На этот раз Любаха прислала письмо обстоятельное. И даже в почерке степенность, неторопливость угадывалась – буковка к буковке, как бусинки, нанизаны. Писала сестра о своём житье-бытье чуть иронически, дескать, близок локоток, да не укусишь, «сама, дура, глядела – за такого летела» (из частушки слова выцарапала), теперь расхлёбывай кашу одна». А дальше на слезливый тон перешла. «Дорогой мой братец, – писала она, – была недавно я на нашем подворье, и такая меня злыдень-тоска за горло взяла – видно, рассыпаются нашей мамани косточки. Дом наш родительский приходит в такую негодность, будто на беспутном мужике сапоги, – дыра на дыре. И подумала я, а ведь есть у нашего дома хозяин – может, тоже беспутный, не мне судить, потому и пишу тебе это письмо: гоже ли своё гнёздышко пускать по ветру, как сентябрьскую паутину? Сам знаешь, Вася, мне туда перебираться не с руки – как-никак казённая квартира, да и средств кот наплакал. А тебе бы сейчас перетряхнуть дом, и он бы новой монетой заблестел. Любо было бы туда приходить. А что работы касается, то в городе её тоже хватает, без дела никто не сидит, любой мужик, мало-мальски с головой, две сотни выколачивает. Так что бросай ты, Вася, свой колхоз, на нём белый свет клином не сошёлся. А если не приедешь – пропиши, как мне с домом поступать, продать усадьбу или ещё как…»

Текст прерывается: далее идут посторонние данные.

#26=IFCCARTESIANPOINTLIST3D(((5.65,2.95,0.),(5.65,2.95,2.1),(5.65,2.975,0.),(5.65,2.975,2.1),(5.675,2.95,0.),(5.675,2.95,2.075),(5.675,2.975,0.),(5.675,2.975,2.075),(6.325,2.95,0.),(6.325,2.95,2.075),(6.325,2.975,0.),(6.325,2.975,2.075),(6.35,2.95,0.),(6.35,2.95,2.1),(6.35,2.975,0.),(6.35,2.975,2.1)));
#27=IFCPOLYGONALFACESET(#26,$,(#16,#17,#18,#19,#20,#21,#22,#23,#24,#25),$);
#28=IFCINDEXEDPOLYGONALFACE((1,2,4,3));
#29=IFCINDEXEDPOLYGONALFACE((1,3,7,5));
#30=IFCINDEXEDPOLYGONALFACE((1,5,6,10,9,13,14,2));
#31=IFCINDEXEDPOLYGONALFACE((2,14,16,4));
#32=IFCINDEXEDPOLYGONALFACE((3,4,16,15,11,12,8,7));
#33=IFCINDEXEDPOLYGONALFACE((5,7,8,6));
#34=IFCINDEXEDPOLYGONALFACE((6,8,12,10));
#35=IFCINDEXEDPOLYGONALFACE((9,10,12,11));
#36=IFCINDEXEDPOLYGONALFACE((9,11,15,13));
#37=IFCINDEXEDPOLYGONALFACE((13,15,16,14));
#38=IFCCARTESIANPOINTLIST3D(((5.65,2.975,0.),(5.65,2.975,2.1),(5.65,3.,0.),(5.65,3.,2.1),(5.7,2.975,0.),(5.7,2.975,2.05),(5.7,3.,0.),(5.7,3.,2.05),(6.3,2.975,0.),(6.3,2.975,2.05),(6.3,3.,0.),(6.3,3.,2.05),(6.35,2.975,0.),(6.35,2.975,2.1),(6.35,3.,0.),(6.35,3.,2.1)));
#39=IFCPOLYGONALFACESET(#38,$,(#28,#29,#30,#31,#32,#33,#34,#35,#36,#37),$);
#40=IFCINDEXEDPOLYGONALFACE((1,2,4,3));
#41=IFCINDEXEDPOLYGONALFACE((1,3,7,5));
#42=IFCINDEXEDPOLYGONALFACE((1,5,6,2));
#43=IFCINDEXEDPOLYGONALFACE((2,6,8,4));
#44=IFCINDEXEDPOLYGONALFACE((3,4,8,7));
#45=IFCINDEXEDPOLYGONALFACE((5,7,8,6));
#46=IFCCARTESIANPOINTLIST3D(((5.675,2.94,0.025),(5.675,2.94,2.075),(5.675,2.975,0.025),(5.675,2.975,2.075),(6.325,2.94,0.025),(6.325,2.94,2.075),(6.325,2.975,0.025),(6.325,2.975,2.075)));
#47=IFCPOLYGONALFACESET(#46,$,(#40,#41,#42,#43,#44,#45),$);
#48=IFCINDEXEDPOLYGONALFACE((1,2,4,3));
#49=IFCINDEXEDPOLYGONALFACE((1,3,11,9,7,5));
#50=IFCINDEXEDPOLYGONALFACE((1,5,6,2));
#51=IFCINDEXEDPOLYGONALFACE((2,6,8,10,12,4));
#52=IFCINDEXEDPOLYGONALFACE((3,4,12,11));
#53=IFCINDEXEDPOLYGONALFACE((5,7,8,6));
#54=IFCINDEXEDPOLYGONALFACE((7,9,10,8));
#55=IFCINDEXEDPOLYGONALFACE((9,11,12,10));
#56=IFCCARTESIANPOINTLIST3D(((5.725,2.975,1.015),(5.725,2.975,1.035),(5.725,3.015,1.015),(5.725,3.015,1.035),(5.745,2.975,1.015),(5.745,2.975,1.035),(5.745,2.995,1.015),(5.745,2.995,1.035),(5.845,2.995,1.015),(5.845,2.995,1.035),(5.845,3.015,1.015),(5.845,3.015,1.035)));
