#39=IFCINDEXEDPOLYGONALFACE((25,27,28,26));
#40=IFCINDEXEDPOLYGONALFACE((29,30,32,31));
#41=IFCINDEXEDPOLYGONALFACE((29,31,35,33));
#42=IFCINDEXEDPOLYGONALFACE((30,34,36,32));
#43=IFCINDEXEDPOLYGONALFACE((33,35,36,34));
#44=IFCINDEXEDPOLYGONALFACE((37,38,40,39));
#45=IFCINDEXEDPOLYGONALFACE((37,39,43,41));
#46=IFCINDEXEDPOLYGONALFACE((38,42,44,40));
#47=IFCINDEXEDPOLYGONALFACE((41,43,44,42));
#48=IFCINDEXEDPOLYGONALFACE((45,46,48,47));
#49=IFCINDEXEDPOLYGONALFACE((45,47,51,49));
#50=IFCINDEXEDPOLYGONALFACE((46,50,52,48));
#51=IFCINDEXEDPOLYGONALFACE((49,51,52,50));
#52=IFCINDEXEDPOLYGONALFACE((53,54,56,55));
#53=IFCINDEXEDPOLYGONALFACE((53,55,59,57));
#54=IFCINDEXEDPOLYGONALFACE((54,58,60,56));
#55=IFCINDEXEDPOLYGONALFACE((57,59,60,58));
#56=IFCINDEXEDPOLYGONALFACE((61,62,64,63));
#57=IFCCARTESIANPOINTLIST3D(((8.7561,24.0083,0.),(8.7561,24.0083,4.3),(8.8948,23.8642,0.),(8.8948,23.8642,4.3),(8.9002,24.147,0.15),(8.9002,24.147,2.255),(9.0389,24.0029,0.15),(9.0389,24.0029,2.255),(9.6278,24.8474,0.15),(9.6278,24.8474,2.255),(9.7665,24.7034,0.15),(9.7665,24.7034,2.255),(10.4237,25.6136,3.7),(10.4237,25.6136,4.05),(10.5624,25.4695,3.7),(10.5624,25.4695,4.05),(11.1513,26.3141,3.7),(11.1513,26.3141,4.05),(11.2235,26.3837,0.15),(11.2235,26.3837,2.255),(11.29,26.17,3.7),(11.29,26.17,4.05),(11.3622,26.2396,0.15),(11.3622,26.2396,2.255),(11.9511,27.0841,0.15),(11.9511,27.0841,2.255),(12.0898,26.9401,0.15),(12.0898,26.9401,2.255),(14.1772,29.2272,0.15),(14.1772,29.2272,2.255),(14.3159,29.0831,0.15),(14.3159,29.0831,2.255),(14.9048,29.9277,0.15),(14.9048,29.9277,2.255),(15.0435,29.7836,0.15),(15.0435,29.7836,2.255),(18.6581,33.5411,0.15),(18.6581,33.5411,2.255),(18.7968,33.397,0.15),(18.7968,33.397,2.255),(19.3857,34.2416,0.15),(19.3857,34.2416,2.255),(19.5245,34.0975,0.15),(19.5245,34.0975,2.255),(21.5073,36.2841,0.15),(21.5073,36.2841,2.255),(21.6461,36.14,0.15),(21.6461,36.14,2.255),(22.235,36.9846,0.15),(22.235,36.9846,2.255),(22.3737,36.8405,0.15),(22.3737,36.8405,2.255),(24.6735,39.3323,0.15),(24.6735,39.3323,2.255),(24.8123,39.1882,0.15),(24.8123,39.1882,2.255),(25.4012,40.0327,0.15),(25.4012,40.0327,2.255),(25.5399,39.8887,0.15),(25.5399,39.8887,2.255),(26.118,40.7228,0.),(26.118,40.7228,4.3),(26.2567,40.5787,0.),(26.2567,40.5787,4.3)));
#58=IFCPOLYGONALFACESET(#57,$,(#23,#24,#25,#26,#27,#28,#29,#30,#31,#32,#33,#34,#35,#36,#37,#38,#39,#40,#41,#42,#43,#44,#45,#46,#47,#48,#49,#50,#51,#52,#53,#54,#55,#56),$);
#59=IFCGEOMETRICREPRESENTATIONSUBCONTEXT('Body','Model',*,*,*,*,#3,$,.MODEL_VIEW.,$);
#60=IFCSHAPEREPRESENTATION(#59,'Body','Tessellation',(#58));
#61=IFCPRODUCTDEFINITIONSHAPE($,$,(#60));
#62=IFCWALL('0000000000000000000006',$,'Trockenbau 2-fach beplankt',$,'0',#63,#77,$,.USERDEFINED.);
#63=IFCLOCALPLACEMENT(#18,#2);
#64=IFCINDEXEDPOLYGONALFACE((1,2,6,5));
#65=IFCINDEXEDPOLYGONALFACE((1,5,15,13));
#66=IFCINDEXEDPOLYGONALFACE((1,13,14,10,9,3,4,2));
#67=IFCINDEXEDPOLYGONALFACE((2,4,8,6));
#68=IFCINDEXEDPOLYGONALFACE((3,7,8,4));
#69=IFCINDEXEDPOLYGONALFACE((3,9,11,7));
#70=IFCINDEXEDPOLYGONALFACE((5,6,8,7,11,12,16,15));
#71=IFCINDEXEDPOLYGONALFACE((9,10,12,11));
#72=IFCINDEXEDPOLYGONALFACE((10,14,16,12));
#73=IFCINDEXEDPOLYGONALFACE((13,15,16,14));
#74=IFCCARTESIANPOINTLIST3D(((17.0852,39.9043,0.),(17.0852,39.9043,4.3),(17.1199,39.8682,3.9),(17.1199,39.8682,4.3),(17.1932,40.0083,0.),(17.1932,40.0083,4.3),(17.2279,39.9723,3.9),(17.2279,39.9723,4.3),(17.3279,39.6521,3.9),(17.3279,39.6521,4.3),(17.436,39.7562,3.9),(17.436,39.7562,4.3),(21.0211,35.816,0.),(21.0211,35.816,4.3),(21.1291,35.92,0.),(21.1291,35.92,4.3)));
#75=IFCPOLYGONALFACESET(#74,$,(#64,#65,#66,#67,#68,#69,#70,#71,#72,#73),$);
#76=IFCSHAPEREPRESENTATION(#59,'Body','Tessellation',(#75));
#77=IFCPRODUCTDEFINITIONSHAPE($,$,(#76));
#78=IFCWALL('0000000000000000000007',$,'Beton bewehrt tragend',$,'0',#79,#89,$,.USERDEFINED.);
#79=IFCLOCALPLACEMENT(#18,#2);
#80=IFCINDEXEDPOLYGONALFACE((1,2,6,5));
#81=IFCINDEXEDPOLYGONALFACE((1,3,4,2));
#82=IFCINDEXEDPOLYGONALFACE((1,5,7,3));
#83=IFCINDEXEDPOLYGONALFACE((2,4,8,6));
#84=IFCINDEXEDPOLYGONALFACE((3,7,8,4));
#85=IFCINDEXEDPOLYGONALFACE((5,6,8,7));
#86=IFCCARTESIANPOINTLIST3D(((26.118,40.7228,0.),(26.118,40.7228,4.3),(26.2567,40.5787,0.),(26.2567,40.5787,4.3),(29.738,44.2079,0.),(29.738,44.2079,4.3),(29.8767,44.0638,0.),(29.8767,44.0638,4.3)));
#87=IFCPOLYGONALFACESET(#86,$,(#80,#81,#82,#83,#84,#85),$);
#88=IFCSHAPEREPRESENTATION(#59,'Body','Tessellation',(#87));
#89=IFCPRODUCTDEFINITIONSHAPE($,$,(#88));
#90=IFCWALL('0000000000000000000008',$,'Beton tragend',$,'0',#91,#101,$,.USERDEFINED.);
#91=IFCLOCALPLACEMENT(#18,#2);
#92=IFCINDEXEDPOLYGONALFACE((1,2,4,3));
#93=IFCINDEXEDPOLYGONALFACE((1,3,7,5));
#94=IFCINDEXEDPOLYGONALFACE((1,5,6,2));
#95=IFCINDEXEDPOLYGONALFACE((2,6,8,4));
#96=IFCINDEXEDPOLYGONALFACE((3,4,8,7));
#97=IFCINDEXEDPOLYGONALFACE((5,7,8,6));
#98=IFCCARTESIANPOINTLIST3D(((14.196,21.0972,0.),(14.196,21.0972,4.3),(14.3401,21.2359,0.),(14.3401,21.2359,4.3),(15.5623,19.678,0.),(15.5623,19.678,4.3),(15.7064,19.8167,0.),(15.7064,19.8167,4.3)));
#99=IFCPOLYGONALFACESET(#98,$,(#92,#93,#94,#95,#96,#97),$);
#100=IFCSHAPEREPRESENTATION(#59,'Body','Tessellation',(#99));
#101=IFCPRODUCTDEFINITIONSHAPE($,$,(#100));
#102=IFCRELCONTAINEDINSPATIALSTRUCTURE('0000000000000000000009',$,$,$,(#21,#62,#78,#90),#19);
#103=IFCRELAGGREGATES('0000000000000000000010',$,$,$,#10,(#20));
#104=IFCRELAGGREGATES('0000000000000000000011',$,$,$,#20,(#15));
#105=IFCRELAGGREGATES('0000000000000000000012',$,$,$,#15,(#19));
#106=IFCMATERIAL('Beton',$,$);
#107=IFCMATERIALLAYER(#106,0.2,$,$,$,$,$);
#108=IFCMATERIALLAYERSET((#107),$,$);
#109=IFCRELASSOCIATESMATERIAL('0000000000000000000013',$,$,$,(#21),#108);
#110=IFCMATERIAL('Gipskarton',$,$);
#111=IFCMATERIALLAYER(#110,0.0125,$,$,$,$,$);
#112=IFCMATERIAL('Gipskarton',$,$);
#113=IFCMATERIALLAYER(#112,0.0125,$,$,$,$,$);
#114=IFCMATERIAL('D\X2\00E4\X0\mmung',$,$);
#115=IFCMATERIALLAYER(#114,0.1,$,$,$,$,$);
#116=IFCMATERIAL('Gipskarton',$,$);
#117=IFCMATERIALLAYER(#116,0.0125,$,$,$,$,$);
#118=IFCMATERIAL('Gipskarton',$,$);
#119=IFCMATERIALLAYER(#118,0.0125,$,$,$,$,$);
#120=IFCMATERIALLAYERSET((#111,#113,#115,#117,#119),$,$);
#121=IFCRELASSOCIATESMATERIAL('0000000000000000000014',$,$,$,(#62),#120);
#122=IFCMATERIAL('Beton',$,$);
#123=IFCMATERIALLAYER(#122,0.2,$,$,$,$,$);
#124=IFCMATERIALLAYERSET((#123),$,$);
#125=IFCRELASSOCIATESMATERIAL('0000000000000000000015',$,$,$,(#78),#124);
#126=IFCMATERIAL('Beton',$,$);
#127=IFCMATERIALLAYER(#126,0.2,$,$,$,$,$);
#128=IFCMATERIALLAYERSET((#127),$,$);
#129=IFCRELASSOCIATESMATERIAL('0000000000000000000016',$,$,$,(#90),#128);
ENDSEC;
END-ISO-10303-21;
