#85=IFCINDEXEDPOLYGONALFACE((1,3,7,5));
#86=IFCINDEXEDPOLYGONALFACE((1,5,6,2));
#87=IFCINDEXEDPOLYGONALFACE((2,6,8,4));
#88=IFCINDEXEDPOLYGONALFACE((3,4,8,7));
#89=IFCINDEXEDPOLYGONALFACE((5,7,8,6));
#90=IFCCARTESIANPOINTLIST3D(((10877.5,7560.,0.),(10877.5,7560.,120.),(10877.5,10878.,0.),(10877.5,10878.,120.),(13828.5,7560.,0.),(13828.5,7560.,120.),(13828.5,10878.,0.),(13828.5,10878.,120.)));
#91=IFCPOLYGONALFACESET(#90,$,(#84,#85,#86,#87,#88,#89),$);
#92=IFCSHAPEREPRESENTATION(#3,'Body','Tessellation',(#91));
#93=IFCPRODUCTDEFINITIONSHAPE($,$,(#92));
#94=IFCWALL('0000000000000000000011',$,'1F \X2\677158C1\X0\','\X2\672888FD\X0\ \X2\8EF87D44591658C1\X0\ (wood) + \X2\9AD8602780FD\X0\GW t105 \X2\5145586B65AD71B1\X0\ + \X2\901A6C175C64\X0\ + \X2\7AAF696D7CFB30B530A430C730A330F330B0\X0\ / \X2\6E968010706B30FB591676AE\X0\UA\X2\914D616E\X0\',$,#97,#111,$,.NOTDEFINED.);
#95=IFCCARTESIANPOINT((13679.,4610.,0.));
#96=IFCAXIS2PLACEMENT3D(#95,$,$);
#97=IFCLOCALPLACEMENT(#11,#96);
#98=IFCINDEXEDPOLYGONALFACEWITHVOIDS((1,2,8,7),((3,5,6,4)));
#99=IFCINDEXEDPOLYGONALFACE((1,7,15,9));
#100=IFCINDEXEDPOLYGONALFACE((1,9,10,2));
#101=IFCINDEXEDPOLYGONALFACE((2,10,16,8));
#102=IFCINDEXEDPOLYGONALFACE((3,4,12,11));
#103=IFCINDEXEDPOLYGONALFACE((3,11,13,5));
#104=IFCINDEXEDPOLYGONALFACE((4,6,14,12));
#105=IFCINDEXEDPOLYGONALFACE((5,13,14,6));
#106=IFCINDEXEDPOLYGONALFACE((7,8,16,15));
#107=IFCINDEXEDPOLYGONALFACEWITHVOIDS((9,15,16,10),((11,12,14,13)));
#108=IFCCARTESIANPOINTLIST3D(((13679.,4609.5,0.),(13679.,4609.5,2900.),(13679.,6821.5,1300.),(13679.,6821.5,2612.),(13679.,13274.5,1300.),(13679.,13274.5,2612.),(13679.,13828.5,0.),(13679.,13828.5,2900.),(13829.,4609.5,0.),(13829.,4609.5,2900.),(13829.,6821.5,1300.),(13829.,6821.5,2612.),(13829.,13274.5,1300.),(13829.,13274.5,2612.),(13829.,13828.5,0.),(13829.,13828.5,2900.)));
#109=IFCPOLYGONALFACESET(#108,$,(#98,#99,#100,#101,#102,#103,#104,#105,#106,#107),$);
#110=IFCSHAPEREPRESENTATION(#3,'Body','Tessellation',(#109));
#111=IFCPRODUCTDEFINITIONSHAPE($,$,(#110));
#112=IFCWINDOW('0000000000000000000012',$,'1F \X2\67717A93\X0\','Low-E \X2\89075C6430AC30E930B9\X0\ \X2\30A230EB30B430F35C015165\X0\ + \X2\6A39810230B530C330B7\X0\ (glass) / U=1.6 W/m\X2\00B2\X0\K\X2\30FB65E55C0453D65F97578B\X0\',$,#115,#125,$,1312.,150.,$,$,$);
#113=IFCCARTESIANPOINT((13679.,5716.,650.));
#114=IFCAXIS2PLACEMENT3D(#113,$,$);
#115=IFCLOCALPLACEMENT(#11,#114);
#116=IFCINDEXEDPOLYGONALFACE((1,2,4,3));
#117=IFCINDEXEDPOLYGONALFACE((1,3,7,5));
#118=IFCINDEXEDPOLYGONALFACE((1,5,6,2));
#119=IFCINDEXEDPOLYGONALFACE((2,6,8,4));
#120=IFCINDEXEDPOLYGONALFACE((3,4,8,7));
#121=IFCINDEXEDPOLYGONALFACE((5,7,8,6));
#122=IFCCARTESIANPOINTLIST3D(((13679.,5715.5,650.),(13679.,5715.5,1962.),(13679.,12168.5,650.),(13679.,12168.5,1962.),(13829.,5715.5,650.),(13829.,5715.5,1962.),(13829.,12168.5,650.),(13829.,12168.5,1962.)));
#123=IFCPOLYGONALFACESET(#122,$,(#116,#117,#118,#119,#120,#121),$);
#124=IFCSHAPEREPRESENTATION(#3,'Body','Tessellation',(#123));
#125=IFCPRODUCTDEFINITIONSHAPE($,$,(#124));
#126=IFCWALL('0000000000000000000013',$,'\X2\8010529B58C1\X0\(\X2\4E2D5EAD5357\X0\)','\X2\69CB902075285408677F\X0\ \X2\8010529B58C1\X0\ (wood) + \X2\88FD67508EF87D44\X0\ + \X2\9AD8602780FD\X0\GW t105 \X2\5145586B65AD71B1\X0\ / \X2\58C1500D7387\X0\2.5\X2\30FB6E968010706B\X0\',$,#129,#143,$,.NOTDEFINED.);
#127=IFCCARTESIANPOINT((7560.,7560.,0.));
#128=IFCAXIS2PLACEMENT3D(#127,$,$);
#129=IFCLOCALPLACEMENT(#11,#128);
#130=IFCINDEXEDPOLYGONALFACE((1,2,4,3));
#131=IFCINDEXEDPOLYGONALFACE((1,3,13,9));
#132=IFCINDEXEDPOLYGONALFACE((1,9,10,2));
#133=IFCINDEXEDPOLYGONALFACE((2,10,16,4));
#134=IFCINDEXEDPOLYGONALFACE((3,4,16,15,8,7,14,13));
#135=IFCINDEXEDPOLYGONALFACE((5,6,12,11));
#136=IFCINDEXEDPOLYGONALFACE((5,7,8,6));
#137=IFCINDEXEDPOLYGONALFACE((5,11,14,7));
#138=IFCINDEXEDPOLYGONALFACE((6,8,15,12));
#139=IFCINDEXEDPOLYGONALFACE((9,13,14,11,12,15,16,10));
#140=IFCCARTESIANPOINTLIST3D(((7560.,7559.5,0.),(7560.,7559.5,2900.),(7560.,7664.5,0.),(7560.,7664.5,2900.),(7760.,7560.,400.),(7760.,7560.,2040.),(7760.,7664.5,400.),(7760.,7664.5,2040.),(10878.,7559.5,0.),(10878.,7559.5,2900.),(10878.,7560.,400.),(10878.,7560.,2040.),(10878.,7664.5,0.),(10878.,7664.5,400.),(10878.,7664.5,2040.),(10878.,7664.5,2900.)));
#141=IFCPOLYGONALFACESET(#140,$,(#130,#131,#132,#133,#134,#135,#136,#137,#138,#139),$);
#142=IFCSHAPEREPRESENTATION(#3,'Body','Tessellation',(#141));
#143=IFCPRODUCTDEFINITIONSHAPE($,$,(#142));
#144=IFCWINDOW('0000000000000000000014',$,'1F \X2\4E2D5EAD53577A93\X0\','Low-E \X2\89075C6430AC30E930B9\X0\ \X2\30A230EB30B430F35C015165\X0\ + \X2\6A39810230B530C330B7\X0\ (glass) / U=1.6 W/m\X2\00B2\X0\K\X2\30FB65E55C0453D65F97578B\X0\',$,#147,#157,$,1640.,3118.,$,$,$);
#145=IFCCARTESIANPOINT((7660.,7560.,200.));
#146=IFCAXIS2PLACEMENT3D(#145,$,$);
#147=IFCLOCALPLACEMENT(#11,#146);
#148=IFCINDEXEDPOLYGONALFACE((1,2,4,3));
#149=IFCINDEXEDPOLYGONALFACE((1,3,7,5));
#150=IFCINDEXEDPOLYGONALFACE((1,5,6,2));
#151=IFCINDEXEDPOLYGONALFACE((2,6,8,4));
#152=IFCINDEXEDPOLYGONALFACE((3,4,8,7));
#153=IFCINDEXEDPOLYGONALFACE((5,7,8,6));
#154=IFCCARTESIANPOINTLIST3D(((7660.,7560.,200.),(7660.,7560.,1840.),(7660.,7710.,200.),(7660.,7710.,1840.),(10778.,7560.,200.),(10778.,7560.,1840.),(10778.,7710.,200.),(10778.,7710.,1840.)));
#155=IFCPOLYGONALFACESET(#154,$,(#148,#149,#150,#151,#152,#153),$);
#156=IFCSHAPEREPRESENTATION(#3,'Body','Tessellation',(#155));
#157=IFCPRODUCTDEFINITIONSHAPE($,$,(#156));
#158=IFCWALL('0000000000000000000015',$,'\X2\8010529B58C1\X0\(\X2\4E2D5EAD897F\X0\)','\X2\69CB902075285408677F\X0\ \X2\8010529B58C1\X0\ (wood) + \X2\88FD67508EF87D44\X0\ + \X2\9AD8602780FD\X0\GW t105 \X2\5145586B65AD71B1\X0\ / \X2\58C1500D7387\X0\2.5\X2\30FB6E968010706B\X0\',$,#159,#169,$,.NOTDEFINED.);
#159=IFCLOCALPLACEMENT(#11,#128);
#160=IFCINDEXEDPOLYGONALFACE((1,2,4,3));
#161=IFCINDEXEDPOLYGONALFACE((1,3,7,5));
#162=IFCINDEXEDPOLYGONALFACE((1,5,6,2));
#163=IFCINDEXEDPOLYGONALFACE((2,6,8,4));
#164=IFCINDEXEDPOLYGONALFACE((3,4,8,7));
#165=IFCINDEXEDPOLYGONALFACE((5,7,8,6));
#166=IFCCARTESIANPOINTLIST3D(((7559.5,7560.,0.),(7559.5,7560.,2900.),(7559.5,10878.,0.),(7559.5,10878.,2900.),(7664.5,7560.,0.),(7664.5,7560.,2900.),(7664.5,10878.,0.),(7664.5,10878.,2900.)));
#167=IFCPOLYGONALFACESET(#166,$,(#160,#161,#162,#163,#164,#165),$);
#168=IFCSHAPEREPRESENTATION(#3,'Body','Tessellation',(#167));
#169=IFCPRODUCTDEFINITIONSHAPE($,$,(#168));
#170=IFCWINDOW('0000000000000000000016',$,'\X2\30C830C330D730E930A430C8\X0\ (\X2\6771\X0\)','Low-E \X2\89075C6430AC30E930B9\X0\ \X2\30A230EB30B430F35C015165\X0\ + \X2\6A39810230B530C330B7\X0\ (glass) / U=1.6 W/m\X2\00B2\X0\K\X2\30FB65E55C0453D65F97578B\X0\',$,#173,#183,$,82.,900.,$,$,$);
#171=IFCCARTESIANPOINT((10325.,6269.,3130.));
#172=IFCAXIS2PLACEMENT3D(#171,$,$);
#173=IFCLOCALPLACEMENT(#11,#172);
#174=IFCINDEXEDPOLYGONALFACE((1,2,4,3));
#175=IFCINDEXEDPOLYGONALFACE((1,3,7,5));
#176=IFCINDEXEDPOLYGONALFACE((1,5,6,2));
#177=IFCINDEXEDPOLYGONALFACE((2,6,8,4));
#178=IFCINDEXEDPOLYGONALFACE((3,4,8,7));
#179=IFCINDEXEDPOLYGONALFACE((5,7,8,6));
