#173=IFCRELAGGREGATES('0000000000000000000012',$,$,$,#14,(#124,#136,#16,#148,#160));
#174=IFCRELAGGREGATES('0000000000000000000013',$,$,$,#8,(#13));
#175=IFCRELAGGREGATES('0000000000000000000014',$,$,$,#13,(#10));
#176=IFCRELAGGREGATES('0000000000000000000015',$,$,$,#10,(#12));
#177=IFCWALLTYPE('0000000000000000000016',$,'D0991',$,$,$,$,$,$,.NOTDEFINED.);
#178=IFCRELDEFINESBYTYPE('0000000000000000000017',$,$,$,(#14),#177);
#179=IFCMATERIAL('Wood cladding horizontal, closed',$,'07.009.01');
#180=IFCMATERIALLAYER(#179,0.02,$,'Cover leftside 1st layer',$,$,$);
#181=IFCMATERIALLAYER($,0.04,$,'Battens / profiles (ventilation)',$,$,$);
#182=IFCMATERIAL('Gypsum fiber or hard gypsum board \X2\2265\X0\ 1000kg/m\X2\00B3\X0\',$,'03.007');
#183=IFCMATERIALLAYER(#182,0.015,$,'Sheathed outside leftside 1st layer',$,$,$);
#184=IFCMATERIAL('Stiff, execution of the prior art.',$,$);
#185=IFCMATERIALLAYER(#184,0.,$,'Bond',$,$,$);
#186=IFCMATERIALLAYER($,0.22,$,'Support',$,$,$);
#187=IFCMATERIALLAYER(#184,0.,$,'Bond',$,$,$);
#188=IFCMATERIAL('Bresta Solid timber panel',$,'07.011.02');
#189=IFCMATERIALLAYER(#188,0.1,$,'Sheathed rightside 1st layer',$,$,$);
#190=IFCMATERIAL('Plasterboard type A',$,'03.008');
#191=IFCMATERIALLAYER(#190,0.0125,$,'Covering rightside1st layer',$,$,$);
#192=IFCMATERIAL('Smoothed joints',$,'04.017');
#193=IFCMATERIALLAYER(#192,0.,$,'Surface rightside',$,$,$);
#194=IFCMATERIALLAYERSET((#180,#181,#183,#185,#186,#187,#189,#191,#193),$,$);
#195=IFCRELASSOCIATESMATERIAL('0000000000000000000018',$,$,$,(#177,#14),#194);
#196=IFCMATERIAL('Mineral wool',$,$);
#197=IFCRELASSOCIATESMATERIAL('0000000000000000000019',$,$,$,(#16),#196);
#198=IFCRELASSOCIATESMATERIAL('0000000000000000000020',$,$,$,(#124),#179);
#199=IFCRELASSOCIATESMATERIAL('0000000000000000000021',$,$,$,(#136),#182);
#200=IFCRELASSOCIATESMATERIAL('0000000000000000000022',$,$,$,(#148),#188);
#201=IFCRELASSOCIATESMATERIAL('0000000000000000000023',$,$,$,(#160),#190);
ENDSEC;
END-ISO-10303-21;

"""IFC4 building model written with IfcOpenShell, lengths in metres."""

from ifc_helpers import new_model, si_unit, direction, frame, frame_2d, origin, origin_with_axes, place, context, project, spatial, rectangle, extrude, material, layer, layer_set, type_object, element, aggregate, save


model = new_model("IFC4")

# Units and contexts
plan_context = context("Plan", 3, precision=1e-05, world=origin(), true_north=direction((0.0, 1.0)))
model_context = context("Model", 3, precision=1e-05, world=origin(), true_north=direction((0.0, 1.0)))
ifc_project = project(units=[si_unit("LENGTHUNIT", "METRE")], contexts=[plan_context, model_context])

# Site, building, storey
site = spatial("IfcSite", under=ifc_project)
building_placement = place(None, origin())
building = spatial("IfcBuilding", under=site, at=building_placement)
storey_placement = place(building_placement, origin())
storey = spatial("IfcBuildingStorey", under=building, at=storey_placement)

Материнский дом был незаживающей раной Ершова. Уж сколько лет прошло, как покинул родной порог, а приходит весна, обольются молоком сады – и потянет туда, в степной городок, небольшой, приветливый, чистенький. И сны на один манер снятся: идёт Василий родной улицей, под ногами мурава до зелени в глазах разливается, а на крыльце мать – седые волосы зачёсаны гладко, кофточка с оборкой – и всё рукой машет, к себе зовёт…
Каждую зиму Ершов себе клятву давал: придёт весна, плюну на всё, два дня затрачу, а дома побываю. Но приходила весна, и работа к горлу свой нож приставляла: то с севом заполышка получалась, то блоха на свёклу бросилась, то клевера погибли, а скот кормить нечем: думай, голова, картуз купим, – и так пол-лета пролетит, дальше сенокос, уборка, а осенью на родину ехать Ершову самому не звалось – не хотел себе портить впечатление: приедешь – грязь, серость, и ляжет всё это тягостным грузом на сердце.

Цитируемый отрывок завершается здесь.